**Exercise brief:** Nothing outside the stretch is wanted. Repeat exactly the lines of the listing below from the one that contains "#68=IFCINDEXEDPOLYGONALFACE((25,29,30,26));" through the one that contains "#76=IFCINDEXEDPOLYGONALFACE((41,43,44,42));", both ends included.

**Information supplied:**
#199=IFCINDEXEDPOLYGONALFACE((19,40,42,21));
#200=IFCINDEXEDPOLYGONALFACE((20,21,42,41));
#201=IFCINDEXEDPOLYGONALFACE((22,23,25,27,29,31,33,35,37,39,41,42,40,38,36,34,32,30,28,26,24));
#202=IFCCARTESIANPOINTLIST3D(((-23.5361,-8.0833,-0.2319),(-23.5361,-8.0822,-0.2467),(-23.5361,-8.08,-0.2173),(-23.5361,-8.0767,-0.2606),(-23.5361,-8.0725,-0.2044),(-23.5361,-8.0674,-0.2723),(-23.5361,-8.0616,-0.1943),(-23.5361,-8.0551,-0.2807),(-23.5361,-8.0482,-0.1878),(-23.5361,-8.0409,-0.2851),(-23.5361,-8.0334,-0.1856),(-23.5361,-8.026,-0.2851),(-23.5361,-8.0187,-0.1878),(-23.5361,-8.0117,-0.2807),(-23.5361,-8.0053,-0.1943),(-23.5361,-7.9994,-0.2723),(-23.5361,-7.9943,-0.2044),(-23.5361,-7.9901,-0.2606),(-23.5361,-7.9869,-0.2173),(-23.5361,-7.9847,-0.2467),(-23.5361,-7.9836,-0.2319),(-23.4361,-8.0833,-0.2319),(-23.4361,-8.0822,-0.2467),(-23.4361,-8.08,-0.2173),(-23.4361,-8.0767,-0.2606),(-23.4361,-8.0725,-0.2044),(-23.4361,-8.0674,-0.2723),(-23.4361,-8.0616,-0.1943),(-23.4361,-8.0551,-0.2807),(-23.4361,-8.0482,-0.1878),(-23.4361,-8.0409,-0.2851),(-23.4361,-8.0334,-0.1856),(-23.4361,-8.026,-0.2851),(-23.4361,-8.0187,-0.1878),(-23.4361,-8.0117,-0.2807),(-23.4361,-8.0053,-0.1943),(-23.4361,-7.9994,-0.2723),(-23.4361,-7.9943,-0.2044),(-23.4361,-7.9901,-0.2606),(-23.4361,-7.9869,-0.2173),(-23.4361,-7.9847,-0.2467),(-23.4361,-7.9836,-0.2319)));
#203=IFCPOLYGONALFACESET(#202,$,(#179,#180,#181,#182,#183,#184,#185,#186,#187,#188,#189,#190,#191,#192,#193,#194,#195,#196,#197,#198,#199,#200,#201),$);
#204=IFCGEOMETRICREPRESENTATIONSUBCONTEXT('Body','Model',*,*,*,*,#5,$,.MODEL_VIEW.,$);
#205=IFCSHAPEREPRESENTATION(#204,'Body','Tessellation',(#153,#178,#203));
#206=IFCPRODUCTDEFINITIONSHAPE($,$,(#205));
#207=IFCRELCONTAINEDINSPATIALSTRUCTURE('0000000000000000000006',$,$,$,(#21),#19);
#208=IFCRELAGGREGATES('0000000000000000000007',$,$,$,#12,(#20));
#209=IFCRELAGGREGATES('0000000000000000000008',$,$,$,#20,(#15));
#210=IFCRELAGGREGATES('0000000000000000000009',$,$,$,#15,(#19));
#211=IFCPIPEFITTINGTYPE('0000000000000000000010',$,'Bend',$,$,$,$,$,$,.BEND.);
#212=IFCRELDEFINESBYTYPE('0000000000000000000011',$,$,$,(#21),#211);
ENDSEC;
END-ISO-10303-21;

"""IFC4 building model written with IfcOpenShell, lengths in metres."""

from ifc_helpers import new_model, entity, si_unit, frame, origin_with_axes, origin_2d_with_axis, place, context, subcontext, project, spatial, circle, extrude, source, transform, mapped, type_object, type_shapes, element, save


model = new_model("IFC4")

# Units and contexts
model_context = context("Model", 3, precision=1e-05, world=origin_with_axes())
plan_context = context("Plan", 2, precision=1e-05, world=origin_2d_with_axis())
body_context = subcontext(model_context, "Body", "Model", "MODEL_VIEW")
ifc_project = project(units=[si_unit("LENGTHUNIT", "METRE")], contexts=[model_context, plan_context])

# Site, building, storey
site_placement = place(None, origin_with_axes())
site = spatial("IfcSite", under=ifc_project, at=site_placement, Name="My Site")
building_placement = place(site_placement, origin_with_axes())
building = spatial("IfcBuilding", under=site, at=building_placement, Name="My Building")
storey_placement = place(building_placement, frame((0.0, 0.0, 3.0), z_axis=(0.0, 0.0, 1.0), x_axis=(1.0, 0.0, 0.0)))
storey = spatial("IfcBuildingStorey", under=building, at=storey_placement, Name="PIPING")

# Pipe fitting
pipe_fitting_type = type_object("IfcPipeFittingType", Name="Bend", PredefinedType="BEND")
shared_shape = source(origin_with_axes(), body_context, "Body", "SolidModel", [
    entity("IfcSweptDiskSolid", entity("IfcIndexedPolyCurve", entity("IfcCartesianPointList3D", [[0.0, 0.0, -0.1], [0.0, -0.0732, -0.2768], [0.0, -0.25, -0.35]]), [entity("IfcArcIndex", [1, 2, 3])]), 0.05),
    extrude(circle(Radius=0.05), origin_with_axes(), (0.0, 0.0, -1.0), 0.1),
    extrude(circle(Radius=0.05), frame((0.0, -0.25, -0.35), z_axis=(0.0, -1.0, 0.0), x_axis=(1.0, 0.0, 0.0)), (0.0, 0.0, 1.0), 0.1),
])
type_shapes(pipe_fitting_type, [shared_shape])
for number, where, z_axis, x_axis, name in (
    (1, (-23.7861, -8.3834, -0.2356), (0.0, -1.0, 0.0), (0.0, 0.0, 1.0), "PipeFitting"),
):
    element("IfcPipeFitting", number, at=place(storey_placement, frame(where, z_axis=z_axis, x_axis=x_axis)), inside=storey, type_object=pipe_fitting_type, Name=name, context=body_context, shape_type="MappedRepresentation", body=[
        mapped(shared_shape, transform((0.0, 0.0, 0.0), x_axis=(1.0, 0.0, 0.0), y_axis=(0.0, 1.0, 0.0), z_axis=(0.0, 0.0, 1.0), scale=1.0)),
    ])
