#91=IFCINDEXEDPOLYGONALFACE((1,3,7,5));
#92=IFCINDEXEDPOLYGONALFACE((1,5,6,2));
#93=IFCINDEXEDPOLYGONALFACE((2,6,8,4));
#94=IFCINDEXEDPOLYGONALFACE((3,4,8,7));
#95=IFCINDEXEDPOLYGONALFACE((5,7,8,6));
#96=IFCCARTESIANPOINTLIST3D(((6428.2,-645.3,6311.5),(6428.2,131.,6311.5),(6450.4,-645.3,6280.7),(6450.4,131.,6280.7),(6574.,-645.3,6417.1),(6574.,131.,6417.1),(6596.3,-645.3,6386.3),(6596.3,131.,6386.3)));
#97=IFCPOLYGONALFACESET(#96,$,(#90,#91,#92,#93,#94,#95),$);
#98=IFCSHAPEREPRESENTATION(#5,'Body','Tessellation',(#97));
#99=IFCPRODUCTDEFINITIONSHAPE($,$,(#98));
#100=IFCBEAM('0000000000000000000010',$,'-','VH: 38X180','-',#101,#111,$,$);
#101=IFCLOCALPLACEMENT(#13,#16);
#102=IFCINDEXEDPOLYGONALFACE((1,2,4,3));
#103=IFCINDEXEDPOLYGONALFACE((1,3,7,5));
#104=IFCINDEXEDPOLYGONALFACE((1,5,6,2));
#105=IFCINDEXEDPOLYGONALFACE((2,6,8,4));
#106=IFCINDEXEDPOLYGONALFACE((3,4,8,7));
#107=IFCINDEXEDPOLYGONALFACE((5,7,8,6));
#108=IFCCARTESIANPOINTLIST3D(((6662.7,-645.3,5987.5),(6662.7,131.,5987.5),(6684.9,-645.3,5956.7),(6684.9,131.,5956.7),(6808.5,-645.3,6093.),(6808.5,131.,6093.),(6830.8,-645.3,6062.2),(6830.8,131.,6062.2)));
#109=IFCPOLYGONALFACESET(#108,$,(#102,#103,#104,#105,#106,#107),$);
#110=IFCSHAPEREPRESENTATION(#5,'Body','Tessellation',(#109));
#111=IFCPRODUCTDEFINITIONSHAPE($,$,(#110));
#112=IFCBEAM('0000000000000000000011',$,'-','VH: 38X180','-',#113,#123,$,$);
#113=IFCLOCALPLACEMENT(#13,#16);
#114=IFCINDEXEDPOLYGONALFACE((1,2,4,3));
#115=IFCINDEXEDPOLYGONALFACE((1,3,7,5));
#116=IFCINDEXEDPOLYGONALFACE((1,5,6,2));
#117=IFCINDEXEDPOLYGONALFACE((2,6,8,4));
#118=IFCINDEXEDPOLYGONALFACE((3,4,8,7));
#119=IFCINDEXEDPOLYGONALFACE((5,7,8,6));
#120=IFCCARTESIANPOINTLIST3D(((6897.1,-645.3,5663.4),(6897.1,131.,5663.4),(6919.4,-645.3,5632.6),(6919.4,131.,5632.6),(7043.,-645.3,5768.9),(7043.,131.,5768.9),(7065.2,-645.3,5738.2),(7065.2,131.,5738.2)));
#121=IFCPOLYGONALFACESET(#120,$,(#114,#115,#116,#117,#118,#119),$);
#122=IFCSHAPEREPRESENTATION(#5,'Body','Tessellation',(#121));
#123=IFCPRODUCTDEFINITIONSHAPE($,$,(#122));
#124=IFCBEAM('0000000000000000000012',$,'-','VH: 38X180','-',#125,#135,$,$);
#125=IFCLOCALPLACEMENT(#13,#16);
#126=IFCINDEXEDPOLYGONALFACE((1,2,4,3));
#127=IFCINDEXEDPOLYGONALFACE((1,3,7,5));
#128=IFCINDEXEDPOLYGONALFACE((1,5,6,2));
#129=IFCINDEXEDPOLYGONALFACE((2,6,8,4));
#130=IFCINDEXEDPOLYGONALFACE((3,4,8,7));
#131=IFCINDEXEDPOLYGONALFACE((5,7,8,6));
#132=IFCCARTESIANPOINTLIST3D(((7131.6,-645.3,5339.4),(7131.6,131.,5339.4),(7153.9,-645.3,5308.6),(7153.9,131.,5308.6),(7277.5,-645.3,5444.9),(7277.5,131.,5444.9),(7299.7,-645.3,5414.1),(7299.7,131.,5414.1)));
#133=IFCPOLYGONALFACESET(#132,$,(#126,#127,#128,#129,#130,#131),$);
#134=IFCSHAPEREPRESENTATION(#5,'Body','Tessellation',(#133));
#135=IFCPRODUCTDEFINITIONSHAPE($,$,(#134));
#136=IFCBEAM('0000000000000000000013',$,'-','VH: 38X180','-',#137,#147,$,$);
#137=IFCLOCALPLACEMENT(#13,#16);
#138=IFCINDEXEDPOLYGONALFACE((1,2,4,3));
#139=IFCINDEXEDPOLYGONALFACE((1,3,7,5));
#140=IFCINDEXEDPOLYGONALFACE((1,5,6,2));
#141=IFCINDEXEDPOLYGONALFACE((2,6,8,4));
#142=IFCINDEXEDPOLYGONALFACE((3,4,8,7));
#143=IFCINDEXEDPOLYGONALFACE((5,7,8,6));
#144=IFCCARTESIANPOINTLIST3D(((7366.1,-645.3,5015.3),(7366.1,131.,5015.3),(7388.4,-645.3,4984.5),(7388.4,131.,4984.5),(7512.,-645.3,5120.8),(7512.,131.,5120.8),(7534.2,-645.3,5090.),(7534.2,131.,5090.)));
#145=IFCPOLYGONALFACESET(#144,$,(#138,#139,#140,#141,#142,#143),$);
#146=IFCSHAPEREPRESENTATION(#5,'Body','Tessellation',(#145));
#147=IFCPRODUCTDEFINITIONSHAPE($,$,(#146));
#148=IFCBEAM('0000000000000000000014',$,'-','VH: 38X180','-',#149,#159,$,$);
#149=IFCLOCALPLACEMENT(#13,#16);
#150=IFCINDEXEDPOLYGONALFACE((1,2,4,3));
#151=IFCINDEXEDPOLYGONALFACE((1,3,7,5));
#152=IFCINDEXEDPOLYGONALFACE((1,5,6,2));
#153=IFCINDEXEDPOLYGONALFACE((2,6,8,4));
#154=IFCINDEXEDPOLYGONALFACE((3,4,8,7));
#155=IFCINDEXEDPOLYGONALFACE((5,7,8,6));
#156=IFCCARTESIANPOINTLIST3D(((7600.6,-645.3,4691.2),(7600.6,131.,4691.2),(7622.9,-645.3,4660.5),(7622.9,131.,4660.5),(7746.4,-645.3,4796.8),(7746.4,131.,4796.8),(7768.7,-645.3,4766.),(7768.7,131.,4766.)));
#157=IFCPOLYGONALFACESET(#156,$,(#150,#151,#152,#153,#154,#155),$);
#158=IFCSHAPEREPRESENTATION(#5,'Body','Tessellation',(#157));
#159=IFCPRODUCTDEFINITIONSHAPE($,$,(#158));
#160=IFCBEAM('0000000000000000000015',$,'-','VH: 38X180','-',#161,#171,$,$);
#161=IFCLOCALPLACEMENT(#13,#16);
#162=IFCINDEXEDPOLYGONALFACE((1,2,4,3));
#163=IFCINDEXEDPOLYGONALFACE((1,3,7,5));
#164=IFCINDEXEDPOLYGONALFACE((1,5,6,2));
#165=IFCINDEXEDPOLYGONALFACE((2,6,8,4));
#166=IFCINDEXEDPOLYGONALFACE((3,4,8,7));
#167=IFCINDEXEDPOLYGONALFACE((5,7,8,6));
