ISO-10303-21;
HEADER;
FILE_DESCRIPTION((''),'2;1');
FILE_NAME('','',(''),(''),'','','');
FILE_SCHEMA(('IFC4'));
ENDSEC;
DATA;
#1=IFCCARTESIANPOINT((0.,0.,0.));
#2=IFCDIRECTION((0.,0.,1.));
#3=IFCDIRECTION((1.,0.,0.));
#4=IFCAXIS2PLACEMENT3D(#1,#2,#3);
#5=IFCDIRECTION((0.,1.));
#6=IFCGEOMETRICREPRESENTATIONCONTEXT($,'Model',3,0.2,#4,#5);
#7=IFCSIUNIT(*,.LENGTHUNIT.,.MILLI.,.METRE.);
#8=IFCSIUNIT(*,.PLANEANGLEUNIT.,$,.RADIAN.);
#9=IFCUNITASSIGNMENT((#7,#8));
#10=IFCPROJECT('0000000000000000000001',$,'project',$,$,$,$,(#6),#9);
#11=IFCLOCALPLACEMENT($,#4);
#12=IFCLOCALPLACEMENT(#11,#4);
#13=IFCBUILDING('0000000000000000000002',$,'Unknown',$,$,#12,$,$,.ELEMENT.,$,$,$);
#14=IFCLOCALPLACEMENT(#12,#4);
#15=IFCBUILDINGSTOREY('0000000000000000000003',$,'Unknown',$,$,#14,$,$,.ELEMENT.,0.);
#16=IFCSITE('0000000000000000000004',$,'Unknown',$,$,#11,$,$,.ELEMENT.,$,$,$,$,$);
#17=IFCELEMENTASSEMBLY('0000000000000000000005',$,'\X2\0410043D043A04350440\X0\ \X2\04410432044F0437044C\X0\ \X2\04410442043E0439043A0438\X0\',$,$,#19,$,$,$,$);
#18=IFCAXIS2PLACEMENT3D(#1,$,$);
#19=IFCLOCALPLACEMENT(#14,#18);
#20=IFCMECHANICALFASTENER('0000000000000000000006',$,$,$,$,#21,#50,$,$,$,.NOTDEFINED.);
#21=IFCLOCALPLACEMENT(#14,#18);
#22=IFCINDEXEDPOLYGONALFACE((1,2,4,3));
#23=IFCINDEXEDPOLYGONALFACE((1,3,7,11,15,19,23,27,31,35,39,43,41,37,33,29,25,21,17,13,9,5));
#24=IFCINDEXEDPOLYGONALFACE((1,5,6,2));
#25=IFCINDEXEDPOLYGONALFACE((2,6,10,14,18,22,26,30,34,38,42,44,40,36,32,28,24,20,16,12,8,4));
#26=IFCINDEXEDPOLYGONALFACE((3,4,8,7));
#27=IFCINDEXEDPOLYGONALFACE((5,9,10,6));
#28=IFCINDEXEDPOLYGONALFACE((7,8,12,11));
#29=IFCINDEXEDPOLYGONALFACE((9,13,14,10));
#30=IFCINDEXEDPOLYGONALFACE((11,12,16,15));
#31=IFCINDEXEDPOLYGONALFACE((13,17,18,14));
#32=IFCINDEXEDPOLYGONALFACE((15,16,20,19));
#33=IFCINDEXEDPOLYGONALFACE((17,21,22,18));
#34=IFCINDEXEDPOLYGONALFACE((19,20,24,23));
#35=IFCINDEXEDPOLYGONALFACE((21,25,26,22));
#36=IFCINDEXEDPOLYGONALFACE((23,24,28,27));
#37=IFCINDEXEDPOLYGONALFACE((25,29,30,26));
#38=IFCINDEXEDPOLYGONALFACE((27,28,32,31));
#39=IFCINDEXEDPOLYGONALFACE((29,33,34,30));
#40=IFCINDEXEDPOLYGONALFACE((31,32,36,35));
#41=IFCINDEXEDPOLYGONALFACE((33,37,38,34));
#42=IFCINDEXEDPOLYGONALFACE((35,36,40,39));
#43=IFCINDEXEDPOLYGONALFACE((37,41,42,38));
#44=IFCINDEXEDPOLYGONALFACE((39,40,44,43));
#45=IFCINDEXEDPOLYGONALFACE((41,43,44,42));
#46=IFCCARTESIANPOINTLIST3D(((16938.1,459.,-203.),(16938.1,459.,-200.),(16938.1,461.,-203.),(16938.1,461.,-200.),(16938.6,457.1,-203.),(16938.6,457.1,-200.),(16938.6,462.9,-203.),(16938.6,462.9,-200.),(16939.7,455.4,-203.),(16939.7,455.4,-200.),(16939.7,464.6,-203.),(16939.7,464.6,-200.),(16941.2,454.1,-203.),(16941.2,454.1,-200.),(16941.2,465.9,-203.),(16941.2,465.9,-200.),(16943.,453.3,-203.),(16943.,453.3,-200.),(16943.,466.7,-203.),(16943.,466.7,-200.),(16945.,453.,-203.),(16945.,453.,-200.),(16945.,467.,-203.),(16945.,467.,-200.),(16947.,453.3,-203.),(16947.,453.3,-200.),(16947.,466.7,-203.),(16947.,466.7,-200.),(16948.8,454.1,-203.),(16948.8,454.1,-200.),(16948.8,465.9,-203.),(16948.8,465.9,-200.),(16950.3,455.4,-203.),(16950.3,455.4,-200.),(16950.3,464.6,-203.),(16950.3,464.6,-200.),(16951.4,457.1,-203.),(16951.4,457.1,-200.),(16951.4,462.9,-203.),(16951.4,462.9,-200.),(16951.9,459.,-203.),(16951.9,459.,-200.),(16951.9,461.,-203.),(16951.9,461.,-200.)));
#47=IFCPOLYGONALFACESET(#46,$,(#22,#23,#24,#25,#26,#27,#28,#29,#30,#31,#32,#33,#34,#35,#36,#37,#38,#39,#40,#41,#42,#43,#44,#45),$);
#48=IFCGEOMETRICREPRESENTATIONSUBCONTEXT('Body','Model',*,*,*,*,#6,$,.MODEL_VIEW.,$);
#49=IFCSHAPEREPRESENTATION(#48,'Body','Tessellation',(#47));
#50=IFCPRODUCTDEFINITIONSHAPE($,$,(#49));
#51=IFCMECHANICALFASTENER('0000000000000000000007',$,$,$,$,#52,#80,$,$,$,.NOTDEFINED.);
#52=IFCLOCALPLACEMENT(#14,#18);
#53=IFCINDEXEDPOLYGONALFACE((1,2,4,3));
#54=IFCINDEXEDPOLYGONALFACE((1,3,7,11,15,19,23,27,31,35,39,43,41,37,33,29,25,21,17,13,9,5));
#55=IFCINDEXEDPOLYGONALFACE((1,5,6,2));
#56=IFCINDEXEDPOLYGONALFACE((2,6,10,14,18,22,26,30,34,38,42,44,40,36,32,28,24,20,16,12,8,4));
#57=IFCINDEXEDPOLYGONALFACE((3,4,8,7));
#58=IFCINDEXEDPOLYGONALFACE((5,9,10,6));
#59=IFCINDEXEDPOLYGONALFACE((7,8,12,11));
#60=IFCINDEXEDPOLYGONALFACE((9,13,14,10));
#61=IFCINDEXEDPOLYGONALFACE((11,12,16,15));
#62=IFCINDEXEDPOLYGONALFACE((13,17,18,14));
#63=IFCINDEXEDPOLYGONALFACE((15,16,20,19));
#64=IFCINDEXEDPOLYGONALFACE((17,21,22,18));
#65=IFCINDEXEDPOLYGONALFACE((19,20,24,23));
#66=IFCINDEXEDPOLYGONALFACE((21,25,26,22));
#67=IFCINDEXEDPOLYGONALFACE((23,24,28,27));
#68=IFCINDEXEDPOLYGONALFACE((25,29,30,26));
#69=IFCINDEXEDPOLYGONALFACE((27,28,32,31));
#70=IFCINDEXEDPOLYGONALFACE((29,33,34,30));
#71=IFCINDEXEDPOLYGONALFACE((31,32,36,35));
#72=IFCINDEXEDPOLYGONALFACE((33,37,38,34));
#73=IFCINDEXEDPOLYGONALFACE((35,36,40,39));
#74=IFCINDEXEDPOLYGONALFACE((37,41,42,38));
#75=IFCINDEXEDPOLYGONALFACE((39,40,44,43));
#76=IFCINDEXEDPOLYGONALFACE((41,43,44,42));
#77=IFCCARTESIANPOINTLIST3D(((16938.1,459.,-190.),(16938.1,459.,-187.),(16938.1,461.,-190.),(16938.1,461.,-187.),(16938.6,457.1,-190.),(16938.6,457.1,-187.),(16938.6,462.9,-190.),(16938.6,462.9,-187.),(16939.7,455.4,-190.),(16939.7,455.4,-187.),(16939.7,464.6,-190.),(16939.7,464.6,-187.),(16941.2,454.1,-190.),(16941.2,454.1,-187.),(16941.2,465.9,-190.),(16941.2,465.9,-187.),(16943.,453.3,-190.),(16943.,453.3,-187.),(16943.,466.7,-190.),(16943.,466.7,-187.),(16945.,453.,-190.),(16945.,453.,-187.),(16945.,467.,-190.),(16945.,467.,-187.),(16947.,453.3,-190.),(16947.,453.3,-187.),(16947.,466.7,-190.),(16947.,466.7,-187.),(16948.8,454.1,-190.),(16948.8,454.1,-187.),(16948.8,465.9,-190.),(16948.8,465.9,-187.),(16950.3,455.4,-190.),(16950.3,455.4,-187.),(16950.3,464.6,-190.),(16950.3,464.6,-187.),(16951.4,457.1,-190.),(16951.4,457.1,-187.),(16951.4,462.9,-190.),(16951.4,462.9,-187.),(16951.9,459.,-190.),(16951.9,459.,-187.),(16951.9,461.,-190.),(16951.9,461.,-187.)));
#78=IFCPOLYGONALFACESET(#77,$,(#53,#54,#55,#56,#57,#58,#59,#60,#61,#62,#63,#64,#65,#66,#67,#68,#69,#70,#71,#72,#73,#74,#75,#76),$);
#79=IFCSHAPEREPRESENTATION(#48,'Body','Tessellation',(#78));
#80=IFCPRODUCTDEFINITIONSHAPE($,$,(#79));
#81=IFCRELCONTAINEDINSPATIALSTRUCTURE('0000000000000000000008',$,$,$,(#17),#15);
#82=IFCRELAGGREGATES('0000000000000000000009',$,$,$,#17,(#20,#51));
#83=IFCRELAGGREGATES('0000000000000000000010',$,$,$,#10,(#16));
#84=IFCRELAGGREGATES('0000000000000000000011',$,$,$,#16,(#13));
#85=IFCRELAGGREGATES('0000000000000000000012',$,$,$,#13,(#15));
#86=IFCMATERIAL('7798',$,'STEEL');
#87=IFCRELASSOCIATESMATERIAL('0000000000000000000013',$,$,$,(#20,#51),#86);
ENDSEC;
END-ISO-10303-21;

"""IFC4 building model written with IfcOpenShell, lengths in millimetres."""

from ifc_helpers import new_model, si_unit, direction, frame, origin_with_axes, place, context, subcontext, project, spatial, arc, indexed_curve, outline, extrude, source, transform, mapped, material, element, aggregate, save


model = new_model("IFC4")

# Units and contexts
model_context = context("Model", 3, precision=0.2, world=origin_with_axes(), true_north=direction((0.0, 1.0)))
body_context = subcontext(model_context, "Body", "Model", "MODEL_VIEW")
ifc_project = project(units=[si_unit("LENGTHUNIT", "METRE", prefix="MILLI"), si_unit("PLANEANGLEUNIT", "RADIAN")], contexts=[model_context])

# Site, building, storey
site_placement = place(None, origin_with_axes())
site = spatial("IfcSite", under=ifc_project, at=site_placement, Name="Unknown", CompositionType="ELEMENT")
building_placement = place(site_placement, origin_with_axes())
building = spatial("IfcBuilding", under=site, at=building_placement, Name="Unknown", CompositionType="ELEMENT")
storey_placement = place(building_placement, origin_with_axes())
storey = spatial("IfcBuildingStorey", under=building, at=storey_placement, Name="Unknown", CompositionType="ELEMENT", Elevation=0.0)

# Element assembly
assembly_1_placement = place(storey_placement, frame((16945.0, 460.0, -160.0), z_axis=(0.0, -1.0, 0.0), x_axis=(0.0, 0.0, -1.0)))
assembly_1 = element("IfcElementAssembly", 1, at=assembly_1_placement, inside=storey, Name="Анкер связь стойки")

# Mechanical fasteners
ifc_material_1 = material(Name="7798", Category="STEEL")
shared_shape_1 = source(origin_with_axes(), body_context, "Body", "SweptSolid", [
    extrude(outline(indexed_curve([(7.0, 0.0), (0.0, 7.0), (-7.0, 0.0), (0.0, -7.0)], segments=[arc(1, 2, 3), arc(3, 4, 1)])), frame((0.0, 0.0, 3.0), z_axis=(0.0, 0.0, -1.0), x_axis=(0.0, 1.0, 0.0)), (0.0, 0.0, 1.0), 3.0),
])
mechanical_fastener_1_placement = place(assembly_1_placement, frame((40.0, 0.0, 0.0), z_axis=(1.0, 0.0, 0.0), x_axis=(0.0, -1.0, 0.0)))
mechanical_fastener_1 = element("IfcMechanicalFastener", 2, at=mechanical_fastener_1_placement, material=ifc_material_1, PredefinedType="NOTDEFINED", context=body_context, shape_type="MappedRepresentation", body=[
    mapped(shared_shape_1, transform((0.0, 0.0, 0.0))),
])
mechanical_fastener_2_placement = place(assembly_1_placement, frame((27.0, 0.0, 0.0), z_axis=(1.0, 0.0, 0.0), x_axis=(0.0, -1.0, 0.0)))
mechanical_fastener_2 = element("IfcMechanicalFastener", 3, at=mechanical_fastener_2_placement, material=ifc_material_1, PredefinedType="NOTDEFINED", context=body_context, shape_type="MappedRepresentation", body=[
    mapped(shared_shape_1, transform((0.0, 0.0, 0.0))),
])
aggregate(assembly_1, [mechanical_fastener_1, mechanical_fastener_2])

save(model, "model.ifc")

**Completed task:**
#68=IFCINDEXEDPOLYGONALFACE((25,29,30,26));
#69=IFCINDEXEDPOLYGONALFACE((27,28,32,31));
#70=IFCINDEXEDPOLYGONALFACE((29,33,34,30));
#71=IFCINDEXEDPOLYGONALFACE((31,32,36,35));
#72=IFCINDEXEDPOLYGONALFACE((33,37,38,34));
#73=IFCINDEXEDPOLYGONALFACE((35,36,40,39));
#74=IFCINDEXEDPOLYGONALFACE((37,41,42,38));
#75=IFCINDEXEDPOLYGONALFACE((39,40,44,43));
#76=IFCINDEXEDPOLYGONALFACE((41,43,44,42));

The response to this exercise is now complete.